Poly-lysine (PL) coated mica sheets (Electron Microscopy Sciences, Hatfield, PA, USA) were used as a substrate for the visualization of single AuNPs. Coating was done by pipetting a 10 μL PL (aqueous solution 0.01% w/w) drop onto a freshly cleaved mica sheet in order to provide a positively charged surface on which the negatively charged AuNPs would adsorb. After incubation for 30 sec, the surface was gently rinsed with UHQ water and dried in a nitrogen stream, to ensure that only strongly adsorbed PL chains remained on the surface. Afterwards, the surface was incubated in a AuNPs suspension for 1 min, then rinsed with UHQ water and dried in a N2 stream before being placed in the microscope.

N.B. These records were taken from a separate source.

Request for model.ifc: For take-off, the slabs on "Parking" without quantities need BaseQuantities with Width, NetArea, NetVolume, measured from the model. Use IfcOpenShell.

First a look at what the model holds.

```python
import ifcopenshell
import ifcopenshell.util.element
import ifcopenshell.util.unit

model = ifcopenshell.open("model.ifc")
print(model.schema)
for unit_type in ("LENGTHUNIT", "AREAUNIT", "VOLUMEUNIT"):
    print(unit_type, ifcopenshell.util.unit.calculate_unit_scale(model, unit_type))
storey = next(s for s in model.by_type("IfcBuildingStorey") if s.Name == "Parking")
slabs = [e for e in ifcopenshell.util.element.get_decomposition(storey) if e.is_a("IfcSlab")]
for e in sorted(slabs, key=lambda e: e.id()):
    print(e.id(), e.is_a(), e.Name, list(ifcopenshell.util.element.get_psets(e, qtos_only=True)), sep=" | ")
```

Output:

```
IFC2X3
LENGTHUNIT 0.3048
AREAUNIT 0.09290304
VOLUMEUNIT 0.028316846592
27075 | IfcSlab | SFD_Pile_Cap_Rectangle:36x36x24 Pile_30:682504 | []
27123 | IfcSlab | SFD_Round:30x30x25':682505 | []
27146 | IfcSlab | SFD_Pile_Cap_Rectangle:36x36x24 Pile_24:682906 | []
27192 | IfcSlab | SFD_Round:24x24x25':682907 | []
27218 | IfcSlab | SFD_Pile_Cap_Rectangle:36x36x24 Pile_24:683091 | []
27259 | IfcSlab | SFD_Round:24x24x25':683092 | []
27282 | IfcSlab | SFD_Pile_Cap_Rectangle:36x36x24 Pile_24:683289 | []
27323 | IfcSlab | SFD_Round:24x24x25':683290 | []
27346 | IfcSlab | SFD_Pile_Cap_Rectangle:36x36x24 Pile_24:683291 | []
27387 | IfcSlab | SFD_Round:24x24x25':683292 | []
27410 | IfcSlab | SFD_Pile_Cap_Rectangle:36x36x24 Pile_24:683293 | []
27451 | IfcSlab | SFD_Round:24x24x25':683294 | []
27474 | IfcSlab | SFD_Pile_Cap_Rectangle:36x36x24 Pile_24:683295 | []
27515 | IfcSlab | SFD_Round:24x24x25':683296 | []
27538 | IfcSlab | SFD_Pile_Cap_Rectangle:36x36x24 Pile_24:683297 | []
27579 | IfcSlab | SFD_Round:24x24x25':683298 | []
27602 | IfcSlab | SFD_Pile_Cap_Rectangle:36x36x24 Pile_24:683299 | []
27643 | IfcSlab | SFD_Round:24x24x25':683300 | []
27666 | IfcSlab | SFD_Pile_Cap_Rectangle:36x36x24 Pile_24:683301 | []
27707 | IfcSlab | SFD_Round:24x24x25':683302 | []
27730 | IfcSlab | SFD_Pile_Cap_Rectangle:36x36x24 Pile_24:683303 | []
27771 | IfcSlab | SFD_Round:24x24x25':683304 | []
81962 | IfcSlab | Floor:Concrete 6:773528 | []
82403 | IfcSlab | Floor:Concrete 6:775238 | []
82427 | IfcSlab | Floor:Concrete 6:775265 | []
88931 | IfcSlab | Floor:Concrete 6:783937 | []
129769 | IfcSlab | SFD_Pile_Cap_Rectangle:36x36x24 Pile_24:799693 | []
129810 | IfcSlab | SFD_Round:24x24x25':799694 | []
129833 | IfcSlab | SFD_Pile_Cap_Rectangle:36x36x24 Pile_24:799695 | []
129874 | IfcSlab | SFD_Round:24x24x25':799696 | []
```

```python
import ifcopenshell
import ifcopenshell.api.pset
import ifcopenshell.geom
import ifcopenshell.util.element
import ifcopenshell.util.shape
import ifcopenshell.util.unit

model = ifcopenshell.open("model.ifc")
unit_scale = ifcopenshell.util.unit.calculate_unit_scale(model)
area_scale = ifcopenshell.util.unit.calculate_unit_scale(model, "AREAUNIT")
volume_scale = ifcopenshell.util.unit.calculate_unit_scale(model, "VOLUMEUNIT")
settings = ifcopenshell.geom.settings()

storey = next(s for s in model.by_type("IfcBuildingStorey") if s.Name == "Parking")
slabs = [e for e in ifcopenshell.util.element.get_decomposition(storey) if e.is_a("IfcSlab")]

for e in sorted(slabs, key=lambda e: e.id()):
    if ifcopenshell.util.element.get_psets(e, qtos_only=True, should_inherit=False):
        continue
    # Geometry comes back in metres, in the element's own axes.
    shape = ifcopenshell.geom.create_shape(settings, e)
    values = {
        "Width": ifcopenshell.util.shape.get_z(shape.geometry) / unit_scale,
        "NetArea": ifcopenshell.util.shape.get_footprint_area(shape.geometry) / area_scale,
        "NetVolume": ifcopenshell.util.shape.get_volume(shape.geometry) / volume_scale,
    }
    qto = ifcopenshell.api.pset.add_qto(model, product=e, name="BaseQuantities")
    ifcopenshell.api.pset.edit_qto(model, qto=qto, properties=values)
    print(e.id(), {k: round(v, 3) for k, v in values.items()})

model.write("model_updated.ifc")
```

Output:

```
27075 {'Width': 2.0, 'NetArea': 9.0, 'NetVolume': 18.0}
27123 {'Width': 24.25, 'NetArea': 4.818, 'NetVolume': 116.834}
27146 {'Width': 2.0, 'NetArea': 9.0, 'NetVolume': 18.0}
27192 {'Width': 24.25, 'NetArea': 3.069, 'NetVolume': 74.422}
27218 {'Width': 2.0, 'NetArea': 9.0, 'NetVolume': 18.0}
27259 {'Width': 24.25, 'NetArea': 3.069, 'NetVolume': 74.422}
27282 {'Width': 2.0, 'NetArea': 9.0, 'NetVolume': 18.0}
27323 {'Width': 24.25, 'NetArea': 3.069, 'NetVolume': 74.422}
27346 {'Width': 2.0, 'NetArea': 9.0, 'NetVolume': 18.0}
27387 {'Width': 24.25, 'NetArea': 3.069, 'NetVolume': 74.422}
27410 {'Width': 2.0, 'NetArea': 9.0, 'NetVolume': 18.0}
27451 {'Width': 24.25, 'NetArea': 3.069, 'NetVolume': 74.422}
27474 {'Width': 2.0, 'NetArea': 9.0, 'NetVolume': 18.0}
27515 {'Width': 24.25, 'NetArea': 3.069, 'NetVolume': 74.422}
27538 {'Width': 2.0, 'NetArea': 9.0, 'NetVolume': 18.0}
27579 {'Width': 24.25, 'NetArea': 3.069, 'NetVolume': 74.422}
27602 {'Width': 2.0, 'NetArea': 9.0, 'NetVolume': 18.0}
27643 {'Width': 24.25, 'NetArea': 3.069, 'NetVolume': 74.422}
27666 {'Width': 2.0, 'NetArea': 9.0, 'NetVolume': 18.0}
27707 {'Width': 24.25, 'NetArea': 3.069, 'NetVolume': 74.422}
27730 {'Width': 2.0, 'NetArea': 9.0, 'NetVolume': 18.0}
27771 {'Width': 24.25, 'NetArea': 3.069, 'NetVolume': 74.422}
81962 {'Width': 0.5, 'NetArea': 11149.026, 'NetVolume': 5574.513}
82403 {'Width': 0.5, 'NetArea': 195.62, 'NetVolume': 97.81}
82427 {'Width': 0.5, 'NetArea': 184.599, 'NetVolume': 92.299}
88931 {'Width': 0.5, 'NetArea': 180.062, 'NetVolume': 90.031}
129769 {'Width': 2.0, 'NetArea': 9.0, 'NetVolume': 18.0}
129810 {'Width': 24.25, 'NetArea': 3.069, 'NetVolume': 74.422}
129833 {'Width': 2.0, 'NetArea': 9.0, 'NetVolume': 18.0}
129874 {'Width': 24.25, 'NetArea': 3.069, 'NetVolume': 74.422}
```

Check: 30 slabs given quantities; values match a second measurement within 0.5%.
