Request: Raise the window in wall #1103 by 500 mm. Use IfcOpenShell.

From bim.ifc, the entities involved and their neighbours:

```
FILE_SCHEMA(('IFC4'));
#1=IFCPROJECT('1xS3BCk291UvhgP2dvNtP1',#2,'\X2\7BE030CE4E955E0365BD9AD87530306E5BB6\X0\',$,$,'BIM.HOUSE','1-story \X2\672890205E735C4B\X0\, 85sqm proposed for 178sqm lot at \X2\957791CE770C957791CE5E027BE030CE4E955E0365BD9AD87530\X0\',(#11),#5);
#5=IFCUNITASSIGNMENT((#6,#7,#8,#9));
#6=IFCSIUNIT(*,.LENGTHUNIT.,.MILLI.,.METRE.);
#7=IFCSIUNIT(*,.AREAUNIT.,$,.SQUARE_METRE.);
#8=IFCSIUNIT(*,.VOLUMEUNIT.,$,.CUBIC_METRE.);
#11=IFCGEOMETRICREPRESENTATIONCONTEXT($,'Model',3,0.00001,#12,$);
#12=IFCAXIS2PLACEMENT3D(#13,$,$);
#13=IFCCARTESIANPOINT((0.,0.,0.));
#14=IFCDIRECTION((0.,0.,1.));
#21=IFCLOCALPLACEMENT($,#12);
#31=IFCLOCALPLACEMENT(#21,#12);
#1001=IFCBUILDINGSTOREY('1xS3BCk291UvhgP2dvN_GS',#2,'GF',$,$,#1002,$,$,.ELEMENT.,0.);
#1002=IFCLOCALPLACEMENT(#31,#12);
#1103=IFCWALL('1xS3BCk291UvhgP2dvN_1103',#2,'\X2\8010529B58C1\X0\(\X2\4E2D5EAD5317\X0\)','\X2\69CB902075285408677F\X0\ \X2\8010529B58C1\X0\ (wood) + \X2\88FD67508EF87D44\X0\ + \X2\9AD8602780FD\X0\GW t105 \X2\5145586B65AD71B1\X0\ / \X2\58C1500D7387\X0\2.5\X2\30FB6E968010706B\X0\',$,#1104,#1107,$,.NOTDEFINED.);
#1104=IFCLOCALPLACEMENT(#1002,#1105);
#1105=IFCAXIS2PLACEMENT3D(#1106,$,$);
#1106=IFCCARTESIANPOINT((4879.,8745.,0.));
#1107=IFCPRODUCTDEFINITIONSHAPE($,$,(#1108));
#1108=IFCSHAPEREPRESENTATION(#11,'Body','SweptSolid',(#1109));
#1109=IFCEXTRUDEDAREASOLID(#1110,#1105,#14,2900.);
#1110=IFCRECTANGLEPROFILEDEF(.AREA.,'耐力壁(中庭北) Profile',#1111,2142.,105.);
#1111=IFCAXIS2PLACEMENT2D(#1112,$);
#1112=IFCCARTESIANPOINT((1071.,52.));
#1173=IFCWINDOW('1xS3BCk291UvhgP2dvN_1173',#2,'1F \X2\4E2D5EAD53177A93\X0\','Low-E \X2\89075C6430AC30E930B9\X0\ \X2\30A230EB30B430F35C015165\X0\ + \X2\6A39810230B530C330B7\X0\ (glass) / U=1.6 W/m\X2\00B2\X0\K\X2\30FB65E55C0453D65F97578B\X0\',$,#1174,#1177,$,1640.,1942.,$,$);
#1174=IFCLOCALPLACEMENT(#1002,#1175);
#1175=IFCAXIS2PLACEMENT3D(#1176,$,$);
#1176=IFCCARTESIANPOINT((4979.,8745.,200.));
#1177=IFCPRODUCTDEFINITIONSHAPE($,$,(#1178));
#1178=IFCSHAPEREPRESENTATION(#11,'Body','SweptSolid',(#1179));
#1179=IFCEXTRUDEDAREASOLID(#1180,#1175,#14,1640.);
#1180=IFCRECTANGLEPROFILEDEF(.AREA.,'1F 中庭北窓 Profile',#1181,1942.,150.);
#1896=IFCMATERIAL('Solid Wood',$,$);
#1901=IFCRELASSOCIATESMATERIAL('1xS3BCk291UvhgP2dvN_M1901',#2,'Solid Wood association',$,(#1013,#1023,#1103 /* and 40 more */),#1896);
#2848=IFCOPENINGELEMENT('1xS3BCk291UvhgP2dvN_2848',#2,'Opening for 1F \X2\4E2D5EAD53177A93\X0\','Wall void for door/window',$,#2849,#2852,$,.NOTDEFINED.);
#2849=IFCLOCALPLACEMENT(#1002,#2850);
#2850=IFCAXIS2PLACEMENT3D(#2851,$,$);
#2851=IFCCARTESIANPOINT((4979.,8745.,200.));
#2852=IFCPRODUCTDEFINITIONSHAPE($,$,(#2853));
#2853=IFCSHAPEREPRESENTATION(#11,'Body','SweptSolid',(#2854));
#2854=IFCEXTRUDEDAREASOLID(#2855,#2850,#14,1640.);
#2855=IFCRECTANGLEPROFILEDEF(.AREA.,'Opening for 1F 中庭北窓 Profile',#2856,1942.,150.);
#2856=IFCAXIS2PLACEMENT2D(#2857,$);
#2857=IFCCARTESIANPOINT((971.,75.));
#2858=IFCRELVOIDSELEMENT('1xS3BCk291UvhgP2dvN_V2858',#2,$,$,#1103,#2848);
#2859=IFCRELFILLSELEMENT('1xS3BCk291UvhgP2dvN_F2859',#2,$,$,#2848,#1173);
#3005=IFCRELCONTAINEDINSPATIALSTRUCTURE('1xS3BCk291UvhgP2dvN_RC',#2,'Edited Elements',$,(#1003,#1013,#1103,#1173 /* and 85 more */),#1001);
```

```python
import numpy as np
import ifcopenshell
import ifcopenshell.api.geometry
import ifcopenshell.util.placement
import ifcopenshell.util.unit

model = ifcopenshell.open("bim.ifc")
unit_scale = ifcopenshell.util.unit.calculate_unit_scale(model)

window = model.by_id(1173)
opening = window.FillsVoids[0].RelatingOpeningElement
dz = 0.5 / unit_scale

shift = np.array([0.0, 0.0, dz])
# The window is not placed relative to its opening, so move both.
for product in (opening, window):
    matrix = ifcopenshell.util.placement.get_local_placement(product.ObjectPlacement)
    matrix[:3, 3] += shift
    ifcopenshell.api.geometry.edit_object_placement(model, product=product, matrix=matrix, is_si=False)

print(f"moved by {dz * unit_scale:+.3f} m")

model.write("bim-out.ifc")
```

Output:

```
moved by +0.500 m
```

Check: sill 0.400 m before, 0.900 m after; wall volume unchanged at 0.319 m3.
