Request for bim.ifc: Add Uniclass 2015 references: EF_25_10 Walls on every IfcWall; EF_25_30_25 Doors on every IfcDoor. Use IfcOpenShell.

First a look at what the model holds.

```python
import ifcopenshell

model = ifcopenshell.open("bim.ifc")
print(model.schema)
print("classifications:", [c.Name for c in model.by_type("IfcClassification")])
for ifc_class in ("IfcDoor", "IfcRoof", "IfcStair", "IfcWall", "IfcWindow"):
    print(ifc_class, len(model.by_type(ifc_class)))
```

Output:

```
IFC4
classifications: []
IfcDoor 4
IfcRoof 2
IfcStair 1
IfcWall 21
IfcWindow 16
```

```python
import ifcopenshell
import ifcopenshell.api.classification

model = ifcopenshell.open("bim.ifc")

system = ifcopenshell.api.classification.add_classification(model, classification="Uniclass 2015")

codes = {
    "IfcWall": ("EF_25_10", "Walls"),
    "IfcDoor": ("EF_25_30_25", "Doors"),
}
for ifc_class, (code, name) in codes.items():
    products = model.by_type(ifc_class)
    ifcopenshell.api.classification.add_reference(
        model, products=products, classification=system, identification=code, name=name
    )
    print(code, len(products))

model.write("bim_updated.ifc")
```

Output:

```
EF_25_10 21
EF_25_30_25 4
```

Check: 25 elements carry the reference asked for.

SEM images were obtained using a high resolution SEM FEI Nova NanoLab 600 in field immersion mode at 15 kV accelerating voltage and 36 pA beam current. The reference samples for original AuNPs visualisation with SEM were made of silicon wafers covered with 2000 Å of Au film on top of 25 Å titanium adhesion layer, the deposition was done in a Balzers UMS 500 P system (Balzers, Neugrüt, Lichtenstein) by electron-beam evaporation. The AuNPs coating was done by pipetting of 5 μL of a AuNPs suspension and drying in air.